The head of police for King Hussein of Jordan pulled off a trick worthy of a Broadway producer, alleges Jack O’Connell in his posthumously published memoir, “King’s Counsel.”

In the book, O’Connell, the ex-CIA station chief in Amman, claimed that when the late Sen. Edward Kennedy (D-Mass.) and former Rep. John Tunney (D-Calif.) visited Jordan in 1966, the pair toured a refugee camp filled with fake refugees.

Kennedy, chairman of the Judiciary Subcommittee on Refugee Affairs at the time, insisted the U.S. group’s visit include a stop at the camps. He told the St. Petersburg Times during the trip that the state of Palestinian camps “must concern all Americans who are distressed by the homeless and concerned for the welfare of children.”

Col. Mohammed Radi Abdullah, Jordan’s head of police, “was adamantly opposed” to the Senator’s visit to the camps because the lawmakers were visiting not long after Israel’s attack on the camps.

Following conflict, the Jordanian government came under harsh criticism for its failure to protect refugees.

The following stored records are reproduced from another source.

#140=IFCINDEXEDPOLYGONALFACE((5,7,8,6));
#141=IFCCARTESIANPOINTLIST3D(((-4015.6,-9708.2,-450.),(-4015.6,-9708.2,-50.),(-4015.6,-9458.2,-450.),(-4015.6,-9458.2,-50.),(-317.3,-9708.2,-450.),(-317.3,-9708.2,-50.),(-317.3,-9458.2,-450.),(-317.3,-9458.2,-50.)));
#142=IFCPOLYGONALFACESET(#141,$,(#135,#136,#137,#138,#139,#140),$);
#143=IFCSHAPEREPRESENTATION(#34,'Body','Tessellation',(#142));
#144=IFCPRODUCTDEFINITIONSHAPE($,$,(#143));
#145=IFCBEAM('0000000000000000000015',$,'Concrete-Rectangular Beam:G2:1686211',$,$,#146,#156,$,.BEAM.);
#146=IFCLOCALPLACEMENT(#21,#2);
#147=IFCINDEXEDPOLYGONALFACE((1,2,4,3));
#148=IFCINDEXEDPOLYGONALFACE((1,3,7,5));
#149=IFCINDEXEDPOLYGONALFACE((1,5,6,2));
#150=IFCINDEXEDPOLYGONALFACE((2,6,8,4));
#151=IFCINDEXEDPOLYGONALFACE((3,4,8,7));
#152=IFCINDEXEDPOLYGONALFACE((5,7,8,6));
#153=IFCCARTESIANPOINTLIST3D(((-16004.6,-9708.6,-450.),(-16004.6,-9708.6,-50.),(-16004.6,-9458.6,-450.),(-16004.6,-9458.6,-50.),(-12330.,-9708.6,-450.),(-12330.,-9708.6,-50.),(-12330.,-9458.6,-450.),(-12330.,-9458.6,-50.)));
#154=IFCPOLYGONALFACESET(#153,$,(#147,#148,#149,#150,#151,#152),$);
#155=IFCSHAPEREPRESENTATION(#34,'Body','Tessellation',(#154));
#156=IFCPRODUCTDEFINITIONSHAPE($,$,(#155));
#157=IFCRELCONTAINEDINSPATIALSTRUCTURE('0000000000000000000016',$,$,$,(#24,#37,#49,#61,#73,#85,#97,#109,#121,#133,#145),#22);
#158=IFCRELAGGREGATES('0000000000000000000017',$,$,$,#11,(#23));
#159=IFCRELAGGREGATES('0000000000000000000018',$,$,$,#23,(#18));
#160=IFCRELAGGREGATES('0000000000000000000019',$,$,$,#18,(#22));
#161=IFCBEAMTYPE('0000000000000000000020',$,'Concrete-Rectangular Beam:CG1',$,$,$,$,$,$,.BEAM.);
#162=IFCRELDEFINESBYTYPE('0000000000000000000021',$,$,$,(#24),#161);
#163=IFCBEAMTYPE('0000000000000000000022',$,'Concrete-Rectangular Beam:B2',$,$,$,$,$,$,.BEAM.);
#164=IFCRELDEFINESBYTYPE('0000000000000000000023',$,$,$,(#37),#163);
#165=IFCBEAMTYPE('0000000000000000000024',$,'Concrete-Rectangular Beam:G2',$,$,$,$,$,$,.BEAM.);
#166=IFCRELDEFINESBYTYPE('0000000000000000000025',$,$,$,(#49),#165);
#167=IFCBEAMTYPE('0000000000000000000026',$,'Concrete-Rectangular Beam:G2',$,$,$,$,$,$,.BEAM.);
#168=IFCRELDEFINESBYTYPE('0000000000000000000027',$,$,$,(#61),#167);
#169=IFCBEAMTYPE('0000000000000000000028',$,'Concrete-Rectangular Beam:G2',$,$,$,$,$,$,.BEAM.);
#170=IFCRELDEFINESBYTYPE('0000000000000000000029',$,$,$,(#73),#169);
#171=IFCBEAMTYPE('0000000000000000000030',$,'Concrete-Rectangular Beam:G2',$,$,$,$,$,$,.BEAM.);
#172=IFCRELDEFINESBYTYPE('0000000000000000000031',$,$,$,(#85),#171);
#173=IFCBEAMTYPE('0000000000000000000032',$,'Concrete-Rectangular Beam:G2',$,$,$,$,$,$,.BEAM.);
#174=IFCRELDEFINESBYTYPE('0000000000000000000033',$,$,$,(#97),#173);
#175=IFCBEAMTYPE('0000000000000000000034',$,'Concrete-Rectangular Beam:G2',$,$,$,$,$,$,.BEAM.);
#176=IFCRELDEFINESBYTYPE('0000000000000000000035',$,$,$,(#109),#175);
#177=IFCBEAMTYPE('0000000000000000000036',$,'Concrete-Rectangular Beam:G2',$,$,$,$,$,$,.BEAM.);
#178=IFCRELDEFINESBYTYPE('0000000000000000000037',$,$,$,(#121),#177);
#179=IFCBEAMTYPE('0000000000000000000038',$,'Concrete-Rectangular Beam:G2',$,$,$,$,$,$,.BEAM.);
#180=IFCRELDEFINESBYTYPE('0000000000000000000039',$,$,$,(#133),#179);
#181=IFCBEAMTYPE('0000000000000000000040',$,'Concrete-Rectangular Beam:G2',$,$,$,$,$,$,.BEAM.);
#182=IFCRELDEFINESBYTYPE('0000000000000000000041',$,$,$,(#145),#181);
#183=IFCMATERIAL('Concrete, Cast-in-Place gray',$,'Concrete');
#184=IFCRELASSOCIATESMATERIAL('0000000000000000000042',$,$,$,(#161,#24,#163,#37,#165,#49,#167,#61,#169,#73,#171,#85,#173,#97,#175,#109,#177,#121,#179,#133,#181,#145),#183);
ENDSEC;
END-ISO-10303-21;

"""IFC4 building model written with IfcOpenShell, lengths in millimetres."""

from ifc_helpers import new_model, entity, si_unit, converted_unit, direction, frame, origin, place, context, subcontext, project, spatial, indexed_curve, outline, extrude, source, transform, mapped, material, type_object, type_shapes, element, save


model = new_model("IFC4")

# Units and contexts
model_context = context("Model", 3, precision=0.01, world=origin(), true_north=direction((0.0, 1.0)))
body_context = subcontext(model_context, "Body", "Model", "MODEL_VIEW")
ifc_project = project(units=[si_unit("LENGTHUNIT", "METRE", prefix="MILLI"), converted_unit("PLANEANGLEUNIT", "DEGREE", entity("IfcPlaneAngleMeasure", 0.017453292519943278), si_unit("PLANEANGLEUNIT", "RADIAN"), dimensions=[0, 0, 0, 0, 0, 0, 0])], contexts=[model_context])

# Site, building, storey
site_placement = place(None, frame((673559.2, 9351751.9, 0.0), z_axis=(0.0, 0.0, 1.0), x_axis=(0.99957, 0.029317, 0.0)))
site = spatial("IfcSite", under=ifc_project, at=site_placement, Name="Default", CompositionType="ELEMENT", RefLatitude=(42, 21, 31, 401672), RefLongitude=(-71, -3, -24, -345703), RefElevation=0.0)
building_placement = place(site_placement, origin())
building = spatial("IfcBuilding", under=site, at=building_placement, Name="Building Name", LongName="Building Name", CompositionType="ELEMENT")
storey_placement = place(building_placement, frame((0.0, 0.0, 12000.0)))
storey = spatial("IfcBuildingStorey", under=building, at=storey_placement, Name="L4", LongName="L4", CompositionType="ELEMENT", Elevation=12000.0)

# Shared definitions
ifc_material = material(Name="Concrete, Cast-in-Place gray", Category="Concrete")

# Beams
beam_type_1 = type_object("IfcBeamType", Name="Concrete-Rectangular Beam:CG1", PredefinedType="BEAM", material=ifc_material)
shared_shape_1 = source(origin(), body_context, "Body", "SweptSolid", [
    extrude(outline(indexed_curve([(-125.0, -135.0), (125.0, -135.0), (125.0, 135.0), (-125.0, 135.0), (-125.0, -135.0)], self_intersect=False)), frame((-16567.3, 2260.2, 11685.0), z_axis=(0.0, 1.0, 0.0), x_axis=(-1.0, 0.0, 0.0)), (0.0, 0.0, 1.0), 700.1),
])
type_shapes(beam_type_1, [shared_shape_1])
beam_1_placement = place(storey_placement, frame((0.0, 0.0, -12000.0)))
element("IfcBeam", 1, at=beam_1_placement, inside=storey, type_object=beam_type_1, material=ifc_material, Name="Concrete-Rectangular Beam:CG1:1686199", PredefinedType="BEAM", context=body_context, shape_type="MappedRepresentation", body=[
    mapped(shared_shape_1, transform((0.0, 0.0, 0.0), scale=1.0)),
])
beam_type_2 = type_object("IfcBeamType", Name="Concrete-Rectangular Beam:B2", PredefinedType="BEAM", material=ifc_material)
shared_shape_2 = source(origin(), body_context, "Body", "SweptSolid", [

As a result, Abdullah “didn’t know how the Palestinians would react,” O’Connell wrote. “And he wasn’t sure he could guarantee the senator’s safety.”

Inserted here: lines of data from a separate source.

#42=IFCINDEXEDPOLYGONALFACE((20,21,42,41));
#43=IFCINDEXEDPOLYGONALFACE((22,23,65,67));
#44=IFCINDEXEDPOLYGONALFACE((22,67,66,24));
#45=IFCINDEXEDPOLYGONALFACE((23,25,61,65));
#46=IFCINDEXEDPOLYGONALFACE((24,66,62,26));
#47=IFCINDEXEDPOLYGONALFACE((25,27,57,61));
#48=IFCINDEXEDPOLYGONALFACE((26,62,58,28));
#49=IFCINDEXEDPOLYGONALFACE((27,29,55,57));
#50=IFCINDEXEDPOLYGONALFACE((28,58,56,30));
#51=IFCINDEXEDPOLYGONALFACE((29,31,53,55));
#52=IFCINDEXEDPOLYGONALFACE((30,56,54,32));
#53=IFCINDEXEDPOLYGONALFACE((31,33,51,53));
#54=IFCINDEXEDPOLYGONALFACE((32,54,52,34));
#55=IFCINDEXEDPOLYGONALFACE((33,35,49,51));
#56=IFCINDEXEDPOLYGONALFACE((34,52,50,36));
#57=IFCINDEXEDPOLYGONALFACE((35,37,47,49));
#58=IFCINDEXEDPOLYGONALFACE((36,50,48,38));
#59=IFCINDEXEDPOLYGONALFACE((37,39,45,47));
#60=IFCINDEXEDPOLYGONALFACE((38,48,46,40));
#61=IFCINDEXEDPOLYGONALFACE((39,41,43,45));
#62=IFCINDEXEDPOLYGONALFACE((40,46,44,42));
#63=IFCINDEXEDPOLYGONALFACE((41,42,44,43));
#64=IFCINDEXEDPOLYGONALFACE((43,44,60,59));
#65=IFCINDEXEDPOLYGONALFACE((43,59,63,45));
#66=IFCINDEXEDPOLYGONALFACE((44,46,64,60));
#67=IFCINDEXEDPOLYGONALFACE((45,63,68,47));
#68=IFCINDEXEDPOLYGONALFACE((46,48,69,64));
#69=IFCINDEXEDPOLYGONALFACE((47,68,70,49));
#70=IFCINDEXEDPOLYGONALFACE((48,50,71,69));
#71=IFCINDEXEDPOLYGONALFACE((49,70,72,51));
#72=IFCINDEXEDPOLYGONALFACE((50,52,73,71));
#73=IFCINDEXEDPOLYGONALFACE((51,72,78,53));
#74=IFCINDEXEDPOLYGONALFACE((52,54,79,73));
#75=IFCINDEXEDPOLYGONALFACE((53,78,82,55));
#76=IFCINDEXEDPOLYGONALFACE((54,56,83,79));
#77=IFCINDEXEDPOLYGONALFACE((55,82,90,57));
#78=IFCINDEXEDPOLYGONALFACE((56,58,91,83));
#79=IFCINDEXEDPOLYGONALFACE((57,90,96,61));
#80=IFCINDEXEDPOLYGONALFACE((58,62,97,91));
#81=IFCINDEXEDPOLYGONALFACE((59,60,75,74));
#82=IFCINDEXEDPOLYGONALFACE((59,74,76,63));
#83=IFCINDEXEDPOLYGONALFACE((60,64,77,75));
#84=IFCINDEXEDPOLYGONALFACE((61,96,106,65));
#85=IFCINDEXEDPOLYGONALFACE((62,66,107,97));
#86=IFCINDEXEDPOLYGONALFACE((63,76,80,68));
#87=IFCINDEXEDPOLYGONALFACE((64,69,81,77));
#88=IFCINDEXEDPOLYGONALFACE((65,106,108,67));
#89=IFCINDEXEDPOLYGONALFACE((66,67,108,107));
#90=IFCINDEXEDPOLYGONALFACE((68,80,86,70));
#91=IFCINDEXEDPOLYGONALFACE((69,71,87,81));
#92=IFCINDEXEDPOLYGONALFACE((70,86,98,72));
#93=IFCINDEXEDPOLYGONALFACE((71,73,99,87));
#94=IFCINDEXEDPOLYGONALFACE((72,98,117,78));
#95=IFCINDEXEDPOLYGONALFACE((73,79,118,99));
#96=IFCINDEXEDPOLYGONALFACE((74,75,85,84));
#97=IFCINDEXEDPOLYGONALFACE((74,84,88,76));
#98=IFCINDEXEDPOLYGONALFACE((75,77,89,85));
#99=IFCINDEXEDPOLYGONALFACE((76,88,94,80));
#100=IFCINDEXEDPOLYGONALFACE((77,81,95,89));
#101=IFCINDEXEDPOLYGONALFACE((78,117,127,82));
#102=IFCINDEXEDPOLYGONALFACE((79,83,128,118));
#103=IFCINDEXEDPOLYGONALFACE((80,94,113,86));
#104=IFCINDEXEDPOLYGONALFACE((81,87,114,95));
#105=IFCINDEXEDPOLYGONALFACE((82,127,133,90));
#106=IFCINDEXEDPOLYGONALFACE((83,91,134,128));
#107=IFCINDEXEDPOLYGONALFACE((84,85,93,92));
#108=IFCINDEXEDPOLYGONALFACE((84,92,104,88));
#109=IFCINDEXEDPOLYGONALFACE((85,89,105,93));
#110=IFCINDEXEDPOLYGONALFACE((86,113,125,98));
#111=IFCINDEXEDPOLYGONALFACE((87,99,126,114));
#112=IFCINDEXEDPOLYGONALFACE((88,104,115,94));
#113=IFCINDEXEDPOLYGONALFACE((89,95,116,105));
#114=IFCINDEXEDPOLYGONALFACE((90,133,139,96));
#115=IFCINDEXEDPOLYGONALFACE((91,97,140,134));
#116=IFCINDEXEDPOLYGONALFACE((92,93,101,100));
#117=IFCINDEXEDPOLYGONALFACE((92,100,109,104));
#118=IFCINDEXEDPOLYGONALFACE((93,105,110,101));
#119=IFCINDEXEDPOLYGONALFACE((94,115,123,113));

So the head of police “moved all of the refugees out of one part of the camp and brought in a bunch of his own people,” O’Connell wrote. “He dressed them up and briefed them on how to act and what to say.”

According to O’Connell, Abdullah warned Kennedy “not to go too far inside the camp.”

The trick seemed to work.

In the St. Petersburg Times’ story from December 1966, the “refugees” Kennedy spoke to spouted anti-Israeli sentiments, but “[t]here was no outward show of refugee unrest.”

“Kennedy talked to the group of supposed refugees without ever knowing that he was interviewing a group of policemen,” O’Connell wrote.